I’ve been playing and designing games almost all my life, and playing published roleplaying games since I was 11 years old (and unofficial ones before that).
I’ve heard some people try to make the case (or just assertion) of that definition (or similar definitions, such as “some things have higher value than other things”) of what a game is, and I would say they are annoyingly trying to impose too narrow a definition of what a game is. Roleplaying games in partictular are quite often played without clearly-defined goals, and with the real goals being to enjoy oneself, to have the experience of shared imaginary worlds, or to experience or explore situations of interest.
I think people who assert that they know the “necessary characteristics of a game” and specify narrow things like that are wrong and annoying.
As for eventually growing out of them, they’re also wrong and annoying about that too. Many people have played RPGs since they were first published as such, and many people have died in their 70s-90s while still being active roleplayers and/or developers of such games.
Again, people who write those things are wrong and being asses.
Also, RPGs can and often do have objectives and scores. But those things are optional, and it’s often said that the real goal is to have fun. Players of such games discover things about what they find fun, and that different players have different ideas about what they want from games. (Unlike the ass-hats who write that RPGs aren’t games.)
Because RPGs have so many different games, styles of games, styles of play, different people running and playing the games exploring what they want to do, and different individual sessions, there is a vast variety in what people do. There are some popular conventions, but those are by no means the best or only ways to play RPGs. To use such an example would be like saying whatever the most popular corporate pop music style currently is, is the way all music is done.
One example:
An experienced player wants to introduce other players to one set of RPG rules.
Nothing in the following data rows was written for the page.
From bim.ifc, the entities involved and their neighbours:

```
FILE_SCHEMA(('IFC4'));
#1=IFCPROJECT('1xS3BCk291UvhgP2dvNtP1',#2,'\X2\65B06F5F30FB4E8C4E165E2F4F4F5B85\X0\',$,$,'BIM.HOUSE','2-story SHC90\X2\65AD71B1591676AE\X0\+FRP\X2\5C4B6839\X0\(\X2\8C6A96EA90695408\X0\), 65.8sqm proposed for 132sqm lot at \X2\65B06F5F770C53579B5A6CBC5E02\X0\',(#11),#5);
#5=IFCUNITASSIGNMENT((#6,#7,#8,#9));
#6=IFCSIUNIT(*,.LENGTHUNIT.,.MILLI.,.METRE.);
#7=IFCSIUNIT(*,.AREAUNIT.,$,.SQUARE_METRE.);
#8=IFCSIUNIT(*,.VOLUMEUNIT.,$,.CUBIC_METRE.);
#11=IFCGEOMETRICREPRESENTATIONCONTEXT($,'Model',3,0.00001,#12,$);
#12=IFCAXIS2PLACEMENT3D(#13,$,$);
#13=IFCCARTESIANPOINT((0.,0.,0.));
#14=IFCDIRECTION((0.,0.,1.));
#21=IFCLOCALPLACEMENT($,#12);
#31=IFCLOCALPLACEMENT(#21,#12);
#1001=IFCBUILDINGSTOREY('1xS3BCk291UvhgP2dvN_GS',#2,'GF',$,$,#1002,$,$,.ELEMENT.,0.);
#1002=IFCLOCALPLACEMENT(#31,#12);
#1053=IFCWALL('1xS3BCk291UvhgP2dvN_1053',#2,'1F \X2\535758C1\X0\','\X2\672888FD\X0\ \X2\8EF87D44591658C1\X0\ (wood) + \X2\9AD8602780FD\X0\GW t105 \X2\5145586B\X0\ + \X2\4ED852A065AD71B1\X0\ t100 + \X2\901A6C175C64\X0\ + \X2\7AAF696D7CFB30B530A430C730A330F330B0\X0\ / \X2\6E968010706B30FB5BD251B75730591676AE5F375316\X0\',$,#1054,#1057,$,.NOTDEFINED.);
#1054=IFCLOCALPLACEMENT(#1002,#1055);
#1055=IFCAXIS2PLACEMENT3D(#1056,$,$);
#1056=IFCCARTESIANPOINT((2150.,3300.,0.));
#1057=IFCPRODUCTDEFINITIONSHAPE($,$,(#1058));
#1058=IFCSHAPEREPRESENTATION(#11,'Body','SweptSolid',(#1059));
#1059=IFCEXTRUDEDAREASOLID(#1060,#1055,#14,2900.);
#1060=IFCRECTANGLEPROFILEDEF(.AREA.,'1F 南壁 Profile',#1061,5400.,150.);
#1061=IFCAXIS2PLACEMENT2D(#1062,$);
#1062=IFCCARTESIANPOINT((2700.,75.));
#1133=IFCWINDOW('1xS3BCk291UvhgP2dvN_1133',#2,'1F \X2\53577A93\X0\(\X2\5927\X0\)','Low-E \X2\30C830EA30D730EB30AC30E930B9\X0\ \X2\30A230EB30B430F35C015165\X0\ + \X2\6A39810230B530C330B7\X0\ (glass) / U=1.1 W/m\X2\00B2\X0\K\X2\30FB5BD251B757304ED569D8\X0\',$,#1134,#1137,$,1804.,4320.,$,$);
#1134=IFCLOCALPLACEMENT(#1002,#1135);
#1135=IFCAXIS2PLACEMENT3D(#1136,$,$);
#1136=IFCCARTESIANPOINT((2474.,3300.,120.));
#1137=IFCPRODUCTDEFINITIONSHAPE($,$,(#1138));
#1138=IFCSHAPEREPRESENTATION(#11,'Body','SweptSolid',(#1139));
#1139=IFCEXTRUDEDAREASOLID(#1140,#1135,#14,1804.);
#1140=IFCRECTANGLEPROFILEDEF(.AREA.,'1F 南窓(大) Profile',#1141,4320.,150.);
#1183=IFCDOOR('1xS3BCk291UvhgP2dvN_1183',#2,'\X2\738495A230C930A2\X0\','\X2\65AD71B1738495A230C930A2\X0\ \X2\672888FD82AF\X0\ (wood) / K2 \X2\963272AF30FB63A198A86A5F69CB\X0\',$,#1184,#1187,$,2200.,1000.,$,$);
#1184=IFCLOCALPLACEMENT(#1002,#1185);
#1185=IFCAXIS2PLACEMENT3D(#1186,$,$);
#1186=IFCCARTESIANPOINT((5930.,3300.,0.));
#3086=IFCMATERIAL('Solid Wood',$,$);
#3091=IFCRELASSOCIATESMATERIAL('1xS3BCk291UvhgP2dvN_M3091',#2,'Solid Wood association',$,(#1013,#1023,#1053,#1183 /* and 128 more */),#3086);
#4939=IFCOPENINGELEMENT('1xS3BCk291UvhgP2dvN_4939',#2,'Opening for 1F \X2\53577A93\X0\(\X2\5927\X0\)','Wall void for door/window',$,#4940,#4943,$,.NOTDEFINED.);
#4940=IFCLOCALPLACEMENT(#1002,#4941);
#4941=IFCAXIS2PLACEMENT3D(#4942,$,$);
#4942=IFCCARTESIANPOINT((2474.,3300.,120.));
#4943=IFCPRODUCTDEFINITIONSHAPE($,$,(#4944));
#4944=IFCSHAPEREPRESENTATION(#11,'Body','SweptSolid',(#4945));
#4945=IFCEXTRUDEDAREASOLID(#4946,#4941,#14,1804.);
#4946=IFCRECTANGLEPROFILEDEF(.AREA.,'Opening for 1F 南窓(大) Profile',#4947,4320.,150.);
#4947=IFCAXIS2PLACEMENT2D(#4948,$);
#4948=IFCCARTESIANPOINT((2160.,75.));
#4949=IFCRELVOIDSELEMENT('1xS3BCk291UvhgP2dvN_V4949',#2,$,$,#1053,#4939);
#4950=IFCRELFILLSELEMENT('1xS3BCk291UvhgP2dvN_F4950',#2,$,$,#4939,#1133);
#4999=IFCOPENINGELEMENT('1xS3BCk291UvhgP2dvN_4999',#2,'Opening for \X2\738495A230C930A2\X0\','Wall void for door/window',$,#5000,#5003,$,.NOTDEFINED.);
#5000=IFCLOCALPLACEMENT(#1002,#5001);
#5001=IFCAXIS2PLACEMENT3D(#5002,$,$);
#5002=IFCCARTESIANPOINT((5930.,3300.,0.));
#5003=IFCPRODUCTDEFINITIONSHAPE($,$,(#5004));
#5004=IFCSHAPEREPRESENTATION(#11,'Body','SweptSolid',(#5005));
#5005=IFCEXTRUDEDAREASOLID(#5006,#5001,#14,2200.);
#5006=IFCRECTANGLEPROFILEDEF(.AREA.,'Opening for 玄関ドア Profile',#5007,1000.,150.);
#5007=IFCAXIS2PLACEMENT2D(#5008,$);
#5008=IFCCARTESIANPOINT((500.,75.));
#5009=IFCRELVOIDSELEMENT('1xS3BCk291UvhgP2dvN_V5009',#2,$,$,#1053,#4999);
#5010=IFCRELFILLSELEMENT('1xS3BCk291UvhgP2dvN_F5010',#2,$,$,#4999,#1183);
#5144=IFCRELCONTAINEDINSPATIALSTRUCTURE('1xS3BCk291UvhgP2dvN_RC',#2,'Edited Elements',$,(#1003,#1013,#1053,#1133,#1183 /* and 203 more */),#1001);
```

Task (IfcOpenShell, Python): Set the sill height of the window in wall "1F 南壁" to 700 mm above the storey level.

```python
import numpy as np
import ifcopenshell
import ifcopenshell.api.geometry
import ifcopenshell.geom
import ifcopenshell.util.element
import ifcopenshell.util.placement
import ifcopenshell.util.shape
import ifcopenshell.util.unit

model = ifcopenshell.open("bim.ifc")
unit_scale = ifcopenshell.util.unit.calculate_unit_scale(model)

window = model.by_guid("1xS3BCk291UvhgP2dvN_1133")
opening = window.FillsVoids[0].RelatingOpeningElement
storey = ifcopenshell.util.element.get_container(window, ifc_class="IfcBuildingStorey")
level = ifcopenshell.util.placement.get_local_placement(storey.ObjectPlacement)[2, 3]

# The opening's origin need not be at the sill, so measure its lowest point.
shape = ifcopenshell.geom.create_shape(ifcopenshell.geom.settings(), opening)
bottom = ifcopenshell.util.shape.get_shape_bottom_elevation(shape, shape.geometry) / unit_scale
dz = level + 700.0 - bottom

shift = np.array([0.0, 0.0, dz])
# The window is not placed relative to its opening, so move both.
for product in (opening, window):
    matrix = ifcopenshell.util.placement.get_local_placement(product.ObjectPlacement)
    matrix[:3, 3] += shift
    ifcopenshell.api.geometry.edit_object_placement(model, product=product, matrix=matrix, is_si=False)

print(f"moved by {dz * unit_scale:+.3f} m")

model.write("bim_v2.ifc")
```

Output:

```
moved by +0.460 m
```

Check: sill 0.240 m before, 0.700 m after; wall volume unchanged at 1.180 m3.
He invites a group of players to come play. They’re told the game will be an arena combat (q.v. Spartacus or Gladiator) and asks each of them to pick from a list of pre-made characters who have their ability ratings and equipment listed. Then he has them choose who is on which team, lays out a map of the combat arena with pieces representing their figures, and guides them through the process of play, asking them what they want to do each turn, explaining their options and how the game determines what happens, and the battle is played out.
Another example:
The host (or “Game Master” (GM)) has developed an entire game world with maps of locations and hundreds of characters and cultures and situation details (or purchased a published one, or some combination of purchasing and inventing). He represents the narrator. The players have designed or chosen various types of characters who they each represent, and personalized them, and developed them through many sessions of play. Play consists of the GM describing the current situation, and the players saying what their characters would like to do, and acting out various conversations between characters in the game world. When some situations develop, there may or may not be various rules systems which determine (or suggest, or help determine, along with GM discretion) what actually happens, often including detailed combat as the group in the first example were playing. The situations can involve all sorts of things. For example, the author of Game Of Thrones plays the Generic Universal RolePlaying System (GURPS, one of the two RPGs I prefer), and the action in those books bears some resemblance to some RPG play, which could include any of the situations seen there.
There are very many other types of example, including LARPS (Live Action RPGs) and styles that are more like improv or collaborative storytelling and/or worldbuilding. it’s an endless topic.